▶
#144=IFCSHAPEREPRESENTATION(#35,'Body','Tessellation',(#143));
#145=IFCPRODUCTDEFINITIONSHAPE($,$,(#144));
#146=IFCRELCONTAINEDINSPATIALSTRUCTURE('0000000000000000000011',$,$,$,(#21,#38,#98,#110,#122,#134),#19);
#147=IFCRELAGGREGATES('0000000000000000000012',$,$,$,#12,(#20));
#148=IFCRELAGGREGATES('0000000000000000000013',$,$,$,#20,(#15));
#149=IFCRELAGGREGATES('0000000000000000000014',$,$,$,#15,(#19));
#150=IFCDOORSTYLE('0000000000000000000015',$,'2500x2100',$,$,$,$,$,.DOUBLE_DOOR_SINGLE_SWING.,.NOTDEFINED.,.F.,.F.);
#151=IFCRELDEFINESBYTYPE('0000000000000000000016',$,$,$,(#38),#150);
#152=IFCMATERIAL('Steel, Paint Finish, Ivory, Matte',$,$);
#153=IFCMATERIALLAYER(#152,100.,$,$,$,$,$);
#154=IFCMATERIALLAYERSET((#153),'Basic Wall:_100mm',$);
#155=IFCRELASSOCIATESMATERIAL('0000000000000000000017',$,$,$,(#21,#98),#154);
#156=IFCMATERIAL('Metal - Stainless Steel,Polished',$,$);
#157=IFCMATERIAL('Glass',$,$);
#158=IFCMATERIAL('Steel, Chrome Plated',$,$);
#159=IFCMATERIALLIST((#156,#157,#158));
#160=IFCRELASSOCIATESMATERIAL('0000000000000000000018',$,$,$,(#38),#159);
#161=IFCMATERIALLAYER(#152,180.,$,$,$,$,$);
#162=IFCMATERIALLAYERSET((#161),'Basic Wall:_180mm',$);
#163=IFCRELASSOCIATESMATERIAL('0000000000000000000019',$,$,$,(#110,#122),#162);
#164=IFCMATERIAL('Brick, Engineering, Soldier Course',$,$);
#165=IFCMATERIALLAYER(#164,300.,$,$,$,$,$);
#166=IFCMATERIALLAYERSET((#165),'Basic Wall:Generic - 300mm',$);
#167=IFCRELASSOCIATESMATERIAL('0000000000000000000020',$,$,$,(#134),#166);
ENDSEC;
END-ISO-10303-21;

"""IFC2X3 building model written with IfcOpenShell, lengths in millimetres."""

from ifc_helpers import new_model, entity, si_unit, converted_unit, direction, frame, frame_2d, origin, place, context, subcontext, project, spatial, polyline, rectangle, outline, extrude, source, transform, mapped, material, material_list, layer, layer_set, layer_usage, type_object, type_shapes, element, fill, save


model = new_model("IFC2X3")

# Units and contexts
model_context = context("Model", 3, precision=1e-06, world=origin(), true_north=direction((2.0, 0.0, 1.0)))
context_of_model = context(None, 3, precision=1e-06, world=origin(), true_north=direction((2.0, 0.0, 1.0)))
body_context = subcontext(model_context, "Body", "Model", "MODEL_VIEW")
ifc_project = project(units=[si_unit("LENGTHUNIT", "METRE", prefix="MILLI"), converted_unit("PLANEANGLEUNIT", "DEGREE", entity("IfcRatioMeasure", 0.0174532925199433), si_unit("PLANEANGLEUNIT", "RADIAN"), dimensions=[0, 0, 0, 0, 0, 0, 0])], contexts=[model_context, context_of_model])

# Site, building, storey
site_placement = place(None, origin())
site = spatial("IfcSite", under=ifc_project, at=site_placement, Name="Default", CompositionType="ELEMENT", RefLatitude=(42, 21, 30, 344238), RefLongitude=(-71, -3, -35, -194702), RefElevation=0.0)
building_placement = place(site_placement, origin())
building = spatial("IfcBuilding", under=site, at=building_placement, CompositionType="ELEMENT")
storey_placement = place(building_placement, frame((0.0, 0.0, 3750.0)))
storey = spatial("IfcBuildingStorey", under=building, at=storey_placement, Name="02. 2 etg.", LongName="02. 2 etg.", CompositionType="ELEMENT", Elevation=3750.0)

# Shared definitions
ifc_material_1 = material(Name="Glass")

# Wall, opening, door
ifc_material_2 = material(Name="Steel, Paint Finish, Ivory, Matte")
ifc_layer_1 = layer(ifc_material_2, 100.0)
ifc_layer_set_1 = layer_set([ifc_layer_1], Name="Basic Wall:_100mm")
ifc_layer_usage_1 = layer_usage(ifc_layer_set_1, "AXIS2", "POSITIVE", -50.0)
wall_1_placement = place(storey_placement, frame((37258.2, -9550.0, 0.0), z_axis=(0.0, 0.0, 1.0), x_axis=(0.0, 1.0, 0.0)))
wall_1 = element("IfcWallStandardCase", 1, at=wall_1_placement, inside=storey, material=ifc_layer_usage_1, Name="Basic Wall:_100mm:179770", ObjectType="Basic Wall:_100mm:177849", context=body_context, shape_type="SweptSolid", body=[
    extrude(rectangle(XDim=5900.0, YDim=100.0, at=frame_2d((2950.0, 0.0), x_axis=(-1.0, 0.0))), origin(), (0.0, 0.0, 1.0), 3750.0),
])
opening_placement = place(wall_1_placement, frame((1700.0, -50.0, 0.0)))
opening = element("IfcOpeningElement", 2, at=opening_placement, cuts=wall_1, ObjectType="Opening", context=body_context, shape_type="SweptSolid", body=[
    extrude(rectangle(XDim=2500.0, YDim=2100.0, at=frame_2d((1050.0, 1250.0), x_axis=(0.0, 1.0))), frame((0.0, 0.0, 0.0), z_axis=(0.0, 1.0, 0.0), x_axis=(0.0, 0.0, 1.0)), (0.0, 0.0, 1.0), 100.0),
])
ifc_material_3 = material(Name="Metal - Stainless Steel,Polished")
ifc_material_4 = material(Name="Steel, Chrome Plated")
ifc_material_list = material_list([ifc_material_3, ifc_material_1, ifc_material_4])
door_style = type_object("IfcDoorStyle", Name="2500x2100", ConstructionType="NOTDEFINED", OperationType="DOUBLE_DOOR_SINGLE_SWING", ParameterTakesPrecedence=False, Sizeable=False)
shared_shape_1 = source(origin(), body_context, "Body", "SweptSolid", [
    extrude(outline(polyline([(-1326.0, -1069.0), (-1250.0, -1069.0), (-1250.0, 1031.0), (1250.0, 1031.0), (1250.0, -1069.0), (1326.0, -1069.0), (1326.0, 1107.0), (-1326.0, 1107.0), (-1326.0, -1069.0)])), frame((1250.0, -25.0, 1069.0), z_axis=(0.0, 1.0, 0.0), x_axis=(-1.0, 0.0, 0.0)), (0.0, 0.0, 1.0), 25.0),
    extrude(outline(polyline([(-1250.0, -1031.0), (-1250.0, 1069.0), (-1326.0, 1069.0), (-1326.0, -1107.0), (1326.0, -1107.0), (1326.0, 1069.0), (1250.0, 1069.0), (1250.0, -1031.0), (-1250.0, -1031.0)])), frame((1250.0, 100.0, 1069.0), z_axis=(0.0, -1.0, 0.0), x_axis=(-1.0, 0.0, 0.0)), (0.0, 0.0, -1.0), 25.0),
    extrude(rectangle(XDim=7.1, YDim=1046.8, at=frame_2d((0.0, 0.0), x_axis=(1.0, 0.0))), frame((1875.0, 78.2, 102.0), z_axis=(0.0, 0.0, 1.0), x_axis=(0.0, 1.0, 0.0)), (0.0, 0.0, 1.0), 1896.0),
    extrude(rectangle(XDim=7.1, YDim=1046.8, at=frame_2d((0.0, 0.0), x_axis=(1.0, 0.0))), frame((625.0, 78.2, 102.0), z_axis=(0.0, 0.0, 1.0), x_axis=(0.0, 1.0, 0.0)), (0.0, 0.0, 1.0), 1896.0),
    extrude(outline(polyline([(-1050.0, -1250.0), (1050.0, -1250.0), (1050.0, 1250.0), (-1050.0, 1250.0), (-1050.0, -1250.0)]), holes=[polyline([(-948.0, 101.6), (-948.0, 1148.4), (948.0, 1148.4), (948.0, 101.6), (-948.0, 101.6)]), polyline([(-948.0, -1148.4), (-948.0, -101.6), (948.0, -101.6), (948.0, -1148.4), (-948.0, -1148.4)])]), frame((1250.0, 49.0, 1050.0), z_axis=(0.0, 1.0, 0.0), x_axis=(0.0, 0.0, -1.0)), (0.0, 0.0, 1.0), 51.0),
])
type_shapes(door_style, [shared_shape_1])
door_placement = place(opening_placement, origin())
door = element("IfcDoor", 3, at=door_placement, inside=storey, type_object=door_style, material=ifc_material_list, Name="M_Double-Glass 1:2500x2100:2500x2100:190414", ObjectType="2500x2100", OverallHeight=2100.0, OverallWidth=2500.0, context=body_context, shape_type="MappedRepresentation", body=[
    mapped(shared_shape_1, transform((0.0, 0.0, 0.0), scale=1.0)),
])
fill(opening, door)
◀
▶ What to do
For this exercise, please copy exactly the lines of the material above from its first line through the line where "#149=IFCRELAGGREGATES('0000000000000000000014',$,$,$,#15,(#19));" appears.

▶ Exercise result
#144=IFCSHAPEREPRESENTATION(#35,'Body','Tessellation',(#143));
#145=IFCPRODUCTDEFINITIONSHAPE($,$,(#144));
#146=IFCRELCONTAINEDINSPATIALSTRUCTURE('0000000000000000000011',$,$,$,(#21,#38,#98,#110,#122,#134),#19);
#147=IFCRELAGGREGATES('0000000000000000000012',$,$,$,#12,(#20));
#148=IFCRELAGGREGATES('0000000000000000000013',$,$,$,#20,(#15));
#149=IFCRELAGGREGATES('0000000000000000000014',$,$,$,#15,(#19));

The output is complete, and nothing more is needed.